After downloading NiFi, you can start it and access the GUI data flow designer via your browser. Here are some key components you should be familiar with:

FlowFile: Every piece of data streamed within NiFi flow is transferred as an object called a FlowFile. It has opaque contents and an arbitrary set of attributes. Yes, it looks like a file indeed.
Processor: A small processing module that is supposed to be good at a single task, sort of like a Linux command. There are about 80 processors available as of today. They perform functions such as handling files, accessing databases, and handling HTTP and other protocols.
Relationship: Each processors is connected by a pipe called a Relationship. Some processors have multiple relationship like success, failure or original. The processed FlowFile will be transferred to the next processor via this relationship.

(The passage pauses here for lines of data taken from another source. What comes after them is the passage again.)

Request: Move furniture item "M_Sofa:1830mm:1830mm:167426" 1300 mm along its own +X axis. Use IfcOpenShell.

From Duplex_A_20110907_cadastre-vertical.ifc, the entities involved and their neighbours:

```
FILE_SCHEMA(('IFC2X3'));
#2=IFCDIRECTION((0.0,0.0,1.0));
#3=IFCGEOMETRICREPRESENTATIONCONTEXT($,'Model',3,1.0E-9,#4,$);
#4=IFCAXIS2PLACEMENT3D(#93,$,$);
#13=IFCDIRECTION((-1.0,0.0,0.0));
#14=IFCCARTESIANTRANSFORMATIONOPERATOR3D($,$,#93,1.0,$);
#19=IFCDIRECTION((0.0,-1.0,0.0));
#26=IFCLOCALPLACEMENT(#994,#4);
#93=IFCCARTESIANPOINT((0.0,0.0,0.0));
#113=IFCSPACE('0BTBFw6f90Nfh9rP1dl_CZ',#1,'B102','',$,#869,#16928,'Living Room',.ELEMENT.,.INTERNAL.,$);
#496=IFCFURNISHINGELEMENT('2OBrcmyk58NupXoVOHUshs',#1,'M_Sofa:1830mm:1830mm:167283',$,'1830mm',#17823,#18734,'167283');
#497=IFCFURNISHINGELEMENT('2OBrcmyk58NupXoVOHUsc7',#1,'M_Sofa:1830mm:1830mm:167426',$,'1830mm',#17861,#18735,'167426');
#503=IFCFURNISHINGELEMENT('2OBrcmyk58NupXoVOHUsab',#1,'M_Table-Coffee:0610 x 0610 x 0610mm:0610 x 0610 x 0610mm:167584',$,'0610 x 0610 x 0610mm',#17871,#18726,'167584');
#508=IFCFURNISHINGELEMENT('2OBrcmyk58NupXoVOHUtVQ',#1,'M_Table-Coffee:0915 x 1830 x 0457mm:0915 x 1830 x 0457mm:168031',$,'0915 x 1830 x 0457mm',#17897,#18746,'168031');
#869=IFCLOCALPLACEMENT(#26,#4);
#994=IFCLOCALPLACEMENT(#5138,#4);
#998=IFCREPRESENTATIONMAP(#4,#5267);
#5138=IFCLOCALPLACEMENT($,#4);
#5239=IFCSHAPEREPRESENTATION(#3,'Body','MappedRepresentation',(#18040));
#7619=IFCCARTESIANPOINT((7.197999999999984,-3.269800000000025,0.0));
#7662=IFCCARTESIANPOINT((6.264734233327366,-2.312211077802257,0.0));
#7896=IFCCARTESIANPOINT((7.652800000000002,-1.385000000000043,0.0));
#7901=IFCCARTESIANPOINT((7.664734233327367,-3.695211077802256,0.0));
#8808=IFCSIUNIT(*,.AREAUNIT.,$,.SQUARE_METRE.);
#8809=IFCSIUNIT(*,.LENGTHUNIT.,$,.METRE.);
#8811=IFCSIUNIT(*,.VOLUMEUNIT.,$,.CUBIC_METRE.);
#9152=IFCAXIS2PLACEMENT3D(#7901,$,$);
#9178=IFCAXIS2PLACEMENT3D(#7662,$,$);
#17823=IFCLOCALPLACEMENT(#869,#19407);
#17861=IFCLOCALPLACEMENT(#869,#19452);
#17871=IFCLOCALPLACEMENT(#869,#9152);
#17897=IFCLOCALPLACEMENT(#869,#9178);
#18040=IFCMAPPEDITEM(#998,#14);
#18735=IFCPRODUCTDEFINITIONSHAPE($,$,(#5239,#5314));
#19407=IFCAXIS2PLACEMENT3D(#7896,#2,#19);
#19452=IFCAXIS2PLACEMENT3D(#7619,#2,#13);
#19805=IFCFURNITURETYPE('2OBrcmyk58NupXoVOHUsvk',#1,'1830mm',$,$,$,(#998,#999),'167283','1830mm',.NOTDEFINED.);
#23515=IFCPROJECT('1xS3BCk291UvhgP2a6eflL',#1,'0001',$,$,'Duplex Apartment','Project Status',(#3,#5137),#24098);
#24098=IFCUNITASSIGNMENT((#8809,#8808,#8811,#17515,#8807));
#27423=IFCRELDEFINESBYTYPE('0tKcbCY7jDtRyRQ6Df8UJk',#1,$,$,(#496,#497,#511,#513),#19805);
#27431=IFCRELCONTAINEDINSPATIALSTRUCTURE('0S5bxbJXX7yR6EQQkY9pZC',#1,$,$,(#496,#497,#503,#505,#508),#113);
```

```python
import ifcopenshell
import ifcopenshell.api.geometry
import ifcopenshell.util.placement
import ifcopenshell.util.unit

model = ifcopenshell.open("Duplex_A_20110907_cadastre-vertical.ifc")
unit_scale = ifcopenshell.util.unit.calculate_unit_scale(model)

item = model.by_guid("2OBrcmyk58NupXoVOHUsc7")
matrix = ifcopenshell.util.placement.get_local_placement(item.ObjectPlacement)
matrix[:3, 3] += matrix[:3, 0] * 1.3 / unit_scale
ifcopenshell.api.geometry.edit_object_placement(model, product=item, matrix=matrix, is_si=False)

print(ifcopenshell.util.placement.get_local_placement(item.ObjectPlacement).round(3) + 0.0)

model.write("Duplex_A_20110907_cadastre-vertical_v2.ifc")
```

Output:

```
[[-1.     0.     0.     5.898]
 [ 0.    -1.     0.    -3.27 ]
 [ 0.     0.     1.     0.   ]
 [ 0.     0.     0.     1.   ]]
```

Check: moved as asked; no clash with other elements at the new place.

Organize Data Flows by Process Group

In NiFi Data Flow, a “Process Group” can be really handy when the flow get more complex. It allows you to organize multiple flows, then each Process Group can be started/stopped individually. In this demo data flow, I set up two Process Groups, “Tweets to Couchbase sample” and “Dump Couchbase Documents sample”.

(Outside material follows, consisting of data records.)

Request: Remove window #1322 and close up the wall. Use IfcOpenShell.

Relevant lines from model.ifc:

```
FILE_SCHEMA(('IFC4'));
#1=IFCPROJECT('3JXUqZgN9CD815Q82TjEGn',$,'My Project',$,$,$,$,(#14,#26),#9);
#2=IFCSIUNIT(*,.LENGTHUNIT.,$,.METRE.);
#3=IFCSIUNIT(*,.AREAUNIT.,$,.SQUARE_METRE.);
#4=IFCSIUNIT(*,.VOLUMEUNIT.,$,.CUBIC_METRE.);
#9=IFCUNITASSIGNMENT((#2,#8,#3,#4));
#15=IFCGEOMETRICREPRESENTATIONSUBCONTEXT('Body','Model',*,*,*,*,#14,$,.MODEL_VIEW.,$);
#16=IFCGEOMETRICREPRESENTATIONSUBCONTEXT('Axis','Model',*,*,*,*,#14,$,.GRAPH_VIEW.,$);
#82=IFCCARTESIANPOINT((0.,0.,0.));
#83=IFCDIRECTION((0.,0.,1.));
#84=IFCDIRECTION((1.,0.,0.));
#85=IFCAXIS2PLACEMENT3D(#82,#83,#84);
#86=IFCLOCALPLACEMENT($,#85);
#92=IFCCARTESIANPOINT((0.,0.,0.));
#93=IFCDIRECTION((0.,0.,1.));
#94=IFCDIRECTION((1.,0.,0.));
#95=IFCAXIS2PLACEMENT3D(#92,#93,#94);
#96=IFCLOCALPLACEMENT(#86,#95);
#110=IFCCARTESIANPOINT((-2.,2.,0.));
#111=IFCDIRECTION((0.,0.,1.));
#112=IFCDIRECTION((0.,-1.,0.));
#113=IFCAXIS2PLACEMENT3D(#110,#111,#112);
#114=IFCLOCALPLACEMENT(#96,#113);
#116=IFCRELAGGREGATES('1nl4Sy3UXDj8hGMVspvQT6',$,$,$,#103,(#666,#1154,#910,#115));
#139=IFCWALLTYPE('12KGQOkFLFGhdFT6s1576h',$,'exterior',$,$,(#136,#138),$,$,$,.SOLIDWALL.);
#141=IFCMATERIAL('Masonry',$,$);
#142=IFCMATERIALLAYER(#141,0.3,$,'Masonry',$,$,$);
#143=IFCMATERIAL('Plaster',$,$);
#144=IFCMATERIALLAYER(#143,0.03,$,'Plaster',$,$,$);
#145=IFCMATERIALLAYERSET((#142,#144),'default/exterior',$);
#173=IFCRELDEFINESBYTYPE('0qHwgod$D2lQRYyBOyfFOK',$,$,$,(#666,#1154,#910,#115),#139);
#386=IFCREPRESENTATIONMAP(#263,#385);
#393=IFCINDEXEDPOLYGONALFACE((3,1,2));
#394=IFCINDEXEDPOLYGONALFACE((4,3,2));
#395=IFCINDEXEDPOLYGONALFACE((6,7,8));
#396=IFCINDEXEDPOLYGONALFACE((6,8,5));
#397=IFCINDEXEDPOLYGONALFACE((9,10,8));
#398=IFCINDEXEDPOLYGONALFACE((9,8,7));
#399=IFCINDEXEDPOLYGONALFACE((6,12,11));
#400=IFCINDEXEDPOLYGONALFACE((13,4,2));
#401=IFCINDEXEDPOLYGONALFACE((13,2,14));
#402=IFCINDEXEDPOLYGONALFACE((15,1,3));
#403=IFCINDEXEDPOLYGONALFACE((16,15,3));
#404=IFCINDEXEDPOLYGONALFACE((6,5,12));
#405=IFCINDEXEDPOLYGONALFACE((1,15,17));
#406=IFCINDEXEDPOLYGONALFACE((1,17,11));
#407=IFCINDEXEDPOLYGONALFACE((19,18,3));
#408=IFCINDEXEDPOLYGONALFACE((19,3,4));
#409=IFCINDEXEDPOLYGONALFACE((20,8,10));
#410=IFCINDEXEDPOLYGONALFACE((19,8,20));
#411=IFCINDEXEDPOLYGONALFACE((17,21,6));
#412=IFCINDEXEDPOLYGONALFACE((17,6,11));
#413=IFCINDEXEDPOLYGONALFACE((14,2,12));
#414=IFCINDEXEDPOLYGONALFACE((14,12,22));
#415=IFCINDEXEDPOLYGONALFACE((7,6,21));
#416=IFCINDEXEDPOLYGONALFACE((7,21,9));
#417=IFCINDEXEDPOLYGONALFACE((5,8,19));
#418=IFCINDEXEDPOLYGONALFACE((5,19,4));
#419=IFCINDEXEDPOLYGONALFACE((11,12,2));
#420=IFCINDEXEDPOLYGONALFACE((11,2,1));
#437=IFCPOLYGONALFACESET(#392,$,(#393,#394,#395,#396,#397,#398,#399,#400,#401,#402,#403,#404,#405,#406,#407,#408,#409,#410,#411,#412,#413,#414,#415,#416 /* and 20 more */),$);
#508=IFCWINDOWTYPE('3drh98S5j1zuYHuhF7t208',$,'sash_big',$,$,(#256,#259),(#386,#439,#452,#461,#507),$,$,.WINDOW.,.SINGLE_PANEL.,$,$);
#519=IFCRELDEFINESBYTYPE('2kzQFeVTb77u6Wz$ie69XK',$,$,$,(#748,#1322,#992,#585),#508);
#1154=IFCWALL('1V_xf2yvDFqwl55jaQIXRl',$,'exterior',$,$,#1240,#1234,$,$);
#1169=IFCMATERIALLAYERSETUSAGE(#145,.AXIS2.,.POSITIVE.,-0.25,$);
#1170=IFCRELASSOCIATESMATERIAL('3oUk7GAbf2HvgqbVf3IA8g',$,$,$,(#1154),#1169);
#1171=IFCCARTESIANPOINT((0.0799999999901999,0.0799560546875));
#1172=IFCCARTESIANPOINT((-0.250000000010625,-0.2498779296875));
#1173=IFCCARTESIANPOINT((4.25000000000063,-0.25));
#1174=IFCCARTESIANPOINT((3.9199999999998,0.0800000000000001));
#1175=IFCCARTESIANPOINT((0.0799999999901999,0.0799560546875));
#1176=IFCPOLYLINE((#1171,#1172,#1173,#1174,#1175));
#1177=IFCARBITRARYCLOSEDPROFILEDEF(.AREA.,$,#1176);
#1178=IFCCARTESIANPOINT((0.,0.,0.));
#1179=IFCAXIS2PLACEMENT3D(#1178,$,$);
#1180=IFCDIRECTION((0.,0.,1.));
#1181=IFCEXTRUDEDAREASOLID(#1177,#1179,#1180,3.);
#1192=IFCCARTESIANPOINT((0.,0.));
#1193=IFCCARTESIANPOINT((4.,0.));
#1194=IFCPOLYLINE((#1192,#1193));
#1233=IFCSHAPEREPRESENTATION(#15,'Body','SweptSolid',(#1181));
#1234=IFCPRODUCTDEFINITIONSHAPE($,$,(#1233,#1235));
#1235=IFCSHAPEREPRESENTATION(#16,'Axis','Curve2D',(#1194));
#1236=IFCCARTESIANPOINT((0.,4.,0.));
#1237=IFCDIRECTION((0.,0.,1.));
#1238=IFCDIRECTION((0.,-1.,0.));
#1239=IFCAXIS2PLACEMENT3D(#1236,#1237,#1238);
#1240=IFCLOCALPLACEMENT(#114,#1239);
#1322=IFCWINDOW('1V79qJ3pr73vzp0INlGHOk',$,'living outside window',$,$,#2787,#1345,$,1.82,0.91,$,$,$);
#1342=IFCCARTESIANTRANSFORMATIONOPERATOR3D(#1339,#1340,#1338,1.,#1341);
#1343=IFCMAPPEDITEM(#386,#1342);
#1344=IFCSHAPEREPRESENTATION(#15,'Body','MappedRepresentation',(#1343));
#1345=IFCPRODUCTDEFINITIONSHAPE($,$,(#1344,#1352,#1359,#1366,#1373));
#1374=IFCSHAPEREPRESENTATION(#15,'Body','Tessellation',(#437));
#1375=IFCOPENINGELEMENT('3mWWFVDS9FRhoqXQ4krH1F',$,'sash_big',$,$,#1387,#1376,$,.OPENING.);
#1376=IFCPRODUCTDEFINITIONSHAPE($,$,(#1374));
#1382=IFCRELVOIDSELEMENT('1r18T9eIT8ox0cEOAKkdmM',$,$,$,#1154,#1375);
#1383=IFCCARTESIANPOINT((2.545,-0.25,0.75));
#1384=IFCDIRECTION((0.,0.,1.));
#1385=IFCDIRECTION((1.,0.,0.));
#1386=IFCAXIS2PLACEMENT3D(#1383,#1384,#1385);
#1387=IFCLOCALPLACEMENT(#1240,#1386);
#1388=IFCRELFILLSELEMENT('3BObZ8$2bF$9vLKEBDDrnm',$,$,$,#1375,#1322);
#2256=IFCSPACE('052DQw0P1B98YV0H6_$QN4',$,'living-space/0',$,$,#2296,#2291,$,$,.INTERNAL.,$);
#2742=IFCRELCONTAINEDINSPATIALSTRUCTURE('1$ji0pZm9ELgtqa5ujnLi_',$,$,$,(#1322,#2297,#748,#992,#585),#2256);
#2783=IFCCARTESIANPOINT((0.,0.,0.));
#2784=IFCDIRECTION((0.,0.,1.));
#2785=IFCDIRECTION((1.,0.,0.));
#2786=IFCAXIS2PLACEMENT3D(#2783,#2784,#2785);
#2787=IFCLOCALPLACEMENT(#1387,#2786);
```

```python
import ifcopenshell
import ifcopenshell.api.feature
import ifcopenshell.api.root
import ifcopenshell.geom
import ifcopenshell.util.shape

model = ifcopenshell.open("model.ifc")
settings = ifcopenshell.geom.settings()


def volume(element):
    """Net volume in cubic metres, openings subtracted."""
    shape = ifcopenshell.geom.create_shape(settings, element)
    return ifcopenshell.util.shape.get_volume(shape.geometry)


window = model.by_id(1322)
opening = window.FillsVoids[0].RelatingOpeningElement
wall = opening.VoidsElements[0].RelatingBuildingElement
before = volume(wall)

ifcopenshell.api.root.remove_product(model, product=window)
ifcopenshell.api.feature.remove_feature(model, feature=opening)

after = volume(wall)

print(f"wall volume {before:.3f} -> {after:.3f} m3")

model.write("model_rev.ifc")
```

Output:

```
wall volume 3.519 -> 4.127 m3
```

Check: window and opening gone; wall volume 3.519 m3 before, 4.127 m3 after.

Couchbase Server Connection setting: CouchbaseClusterService

Let me describe how to configure a connection to a Couchbase Server cluster.

Within a realistic NiFi Data Flow, you will have to use Couchbase processors multiple times in order to put and get data from the cluster. So, it wouldn’t be a good idea to configure connection settings at each processor. If you did that, it would be hard to change the target cluster because the cluster settings would be scattered all over.

To avoid this problem, NiFi provides a mechanism called ControllerService to configure a central component that can be shared among processors. NiFi includes some existing Controller Services such as the one that provides connection pooling to an RDBMS. So I followed the design and implemented CouchbaseClusterService.

It allows you to set the Connection String to specify which Couchbase Server cluster to access. If buckets require a password, you can set it here, too. NiFi configuration has two types of properties, static and dynamic. “Connection String” is a static one, and “Bucket Password for {bucket_name}” is dynamic. You can add new Dynamic Property settings by clicking “New property” button to specify passwords for different buckets.

So, again the important thing is, all of the cluster level configuration is managed by this CouchbaseClusterService. If you’d like to work with another Couchbase cluster, then you simply add another CouchbaseClusterService and configure it appropriately.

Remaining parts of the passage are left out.